In the atmosphere, however, we also don’t see every internal wave going on, either, we need very specific conditions for them to become visible. So whenever I see one, I start pondering why we see exactly what we see, why there are clouds in some places and not in others. Below, for example, we see the troughs of an internal waves in cloud stripes, but the crests don’t form clouds. Fascinating how just displacing air by a little bit can cause clouds to form and to disappear!
And things become super cool when you combine atmospheric wave watching with “normal” wave watching like in the picture above. There you see the rough surface with tiny little wind waves in the background, waves coming around the break water, the calm water in the lee of the break water, sheltered from the wind, and then the reflection of the atmospheric waves on the water.
And you thought it couldn’t get any better? Well, you were wrong! Now there are also some waves on the water, plus soap bubbles! :-)
Now, for a thought experiment: What would soap do to the waves? Would destroying surface tension actually matter? I think not in this case, or t least not close to land in the picture above, since the waves are mainly gravity waves, not capillary waves.
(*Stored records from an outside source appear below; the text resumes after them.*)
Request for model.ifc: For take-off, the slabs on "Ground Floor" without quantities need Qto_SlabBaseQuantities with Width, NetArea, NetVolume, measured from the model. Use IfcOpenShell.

First a look at what the model holds.

```python
import ifcopenshell
import ifcopenshell.util.element
import ifcopenshell.util.unit

model = ifcopenshell.open("model.ifc")
print(model.schema)
for unit_type in ("LENGTHUNIT", "AREAUNIT", "VOLUMEUNIT"):
    print(unit_type, ifcopenshell.util.unit.calculate_unit_scale(model, unit_type))
storey = next(s for s in model.by_type("IfcBuildingStorey") if s.Name == "Ground Floor")
slabs = [e for e in ifcopenshell.util.element.get_decomposition(storey) if e.is_a("IfcSlab")]
for e in sorted(slabs, key=lambda e: e.id()):
    print(e.id(), e.is_a(), e.Name, list(ifcopenshell.util.element.get_psets(e, qtos_only=True)), sep=" | ")
```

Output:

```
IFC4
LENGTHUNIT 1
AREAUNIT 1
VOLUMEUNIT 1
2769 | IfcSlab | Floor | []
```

```python
import ifcopenshell
import ifcopenshell.api.pset
import ifcopenshell.geom
import ifcopenshell.util.element
import ifcopenshell.util.shape
import ifcopenshell.util.unit

model = ifcopenshell.open("model.ifc")
unit_scale = ifcopenshell.util.unit.calculate_unit_scale(model)
area_scale = ifcopenshell.util.unit.calculate_unit_scale(model, "AREAUNIT")
volume_scale = ifcopenshell.util.unit.calculate_unit_scale(model, "VOLUMEUNIT")
settings = ifcopenshell.geom.settings()

storey = next(s for s in model.by_type("IfcBuildingStorey") if s.Name == "Ground Floor")
slabs = [e for e in ifcopenshell.util.element.get_decomposition(storey) if e.is_a("IfcSlab")]

for e in sorted(slabs, key=lambda e: e.id()):
    if ifcopenshell.util.element.get_psets(e, qtos_only=True, should_inherit=False):
        continue
    # Geometry comes back in metres, in the element's own axes.
    shape = ifcopenshell.geom.create_shape(settings, e)
    values = {
        "Width": ifcopenshell.util.shape.get_z(shape.geometry) / unit_scale,
        "NetArea": ifcopenshell.util.shape.get_footprint_area(shape.geometry) / area_scale,
        "NetVolume": ifcopenshell.util.shape.get_volume(shape.geometry) / volume_scale,
    }
    qto = ifcopenshell.api.pset.add_qto(model, product=e, name="Qto_SlabBaseQuantities")
    ifcopenshell.api.pset.edit_qto(model, qto=qto, properties=values)
    print(e.id(), {k: round(v, 3) for k, v in values.items()})

model.write("model-out.ifc")
```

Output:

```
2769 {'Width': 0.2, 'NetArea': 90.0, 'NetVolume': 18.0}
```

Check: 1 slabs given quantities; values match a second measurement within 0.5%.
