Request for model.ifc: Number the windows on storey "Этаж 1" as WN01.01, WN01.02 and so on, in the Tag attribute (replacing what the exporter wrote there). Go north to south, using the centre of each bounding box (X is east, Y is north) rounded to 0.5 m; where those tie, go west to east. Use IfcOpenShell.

First a look at what the model holds.

```python
import ifcopenshell
import ifcopenshell.util.element
import ifcopenshell.util.placement

model = ifcopenshell.open("model.ifc")
print(model.schema)
storey = next(s for s in model.by_type("IfcBuildingStorey") if s.Name == "Этаж 1")
windows = [e for e in ifcopenshell.util.element.get_decomposition(storey) if e.is_a("IfcWindow")]
for e in sorted(windows, key=lambda e: e.id()):
    origin = ifcopenshell.util.placement.get_local_placement(e.ObjectPlacement)[:3, 3]
    print(e.id(), e.Tag, e.Name, origin.round(2) + 0.0, sep=" | ")
```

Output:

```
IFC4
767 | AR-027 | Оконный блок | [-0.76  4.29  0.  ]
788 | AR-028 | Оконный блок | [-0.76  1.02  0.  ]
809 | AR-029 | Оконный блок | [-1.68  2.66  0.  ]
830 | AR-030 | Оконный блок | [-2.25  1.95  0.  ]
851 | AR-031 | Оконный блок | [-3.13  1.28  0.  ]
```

```python
import ifcopenshell
import ifcopenshell.geom
import ifcopenshell.util.element
import ifcopenshell.util.shape

model = ifcopenshell.open("model.ifc")
settings = ifcopenshell.geom.settings()
settings.set("use-world-coords", True)


def centre(element):
    shape = ifcopenshell.geom.create_shape(settings, element)
    return ifcopenshell.util.shape.get_bbox_centroid(shape.geometry)


storey = next(s for s in model.by_type("IfcBuildingStorey") if s.Name == "Этаж 1")
windows = [e for e in ifcopenshell.util.element.get_decomposition(storey) if e.is_a("IfcWindow")]

# Insertion points can sit at a corner or the storey origin, so sort by the geometry (in metres).
centres = {e: centre(e) for e in windows}
windows.sort(key=lambda e: (-round(centres[e][1] / 0.5), centres[e][0]))

for i, e in enumerate(windows, start=1):
    number = f"WN01.{i:02d}"
    e.Tag = number
    print(e.id(), number)

model.write("model_updated.ifc")
```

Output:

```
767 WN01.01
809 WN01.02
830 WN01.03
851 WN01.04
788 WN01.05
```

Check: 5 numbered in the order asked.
But what do you think?
On a bike tour with my friend Frauke in Greetsiel two or three weeks ago, she pointed out how well one could see that the waves on the puddles left in the Wadden Sea close to low tide were wind-generated. That was that for the bike tour — now I had to take pictures.
Below you nicely see the ripples that are created where there are longer stretches of puddle aligned with the wind direction, i.e. where there is enough fetch. And you see how the waves get diffracted behind topography, fanning out downwind of slits! The wind is coming from the right here, almost in the direction pointed out by the looks-like-an-arrow-but-is-plastic marine litter.
Here we are looking in the opposite direction, the wind now going left-to-right. Do you see the one slit in the lower half of the picture and how wave crests propagate almost perpendicularly to the wind direction, just because there are waves going through that slit? Pretty cool, me thinks!
The really shallow water with all the stones in it made it really easy to look at waves from different directions. Below, we are looking downwind, at the back of the waves.
And below we are looking upwind. See how different things look now? You still see the wind pushing the waves, the front slope of the wave is a lot steeper than the back slope.
I love the picture above, makes me want to put my hand in the water and play with the waves :-)
Wakes are always interesting to watch. But usually, I am showing wakes of ships going straight ahead. So today, I have something cool for you: The wake of a ship doing a 90 degree turn!
And what that does is that the feathery wake that is usually V-shaped now gets deformed!
And this deformation of the wake means that on one side of the wake, the feathery waves that are usually parallel now become fanned open, while on the other side they get bunched together. See?
After the ship had gone a lot further, there were still effects of its wake visible, both of the waves created as well as the turbulent wake that is still visible in a surface roughness that is different from the rest of Kiel fjord, and a little foam.
Fascinating how long such a wake stays visible!
And fascinating that such a small boat — even though it was going a lot faster — does create waves that are a lot higher than the much larger ColorLine does!
If you look at the large ColorLine, you see that there is a large turbulent wake, but (at this speed) hardly any waves created, so hardly a V-shaped wake!
This is the blogpost I wanted to write today before I got distracted by all the adventures on MS Stadt Kiel with sightseeing and swing dancing and all the good stuff that wasn’t wave watching. I had even uploaded all the pictures of this morning’s wave watching walk on my blog already, but then things just got too exciting… But here we go now!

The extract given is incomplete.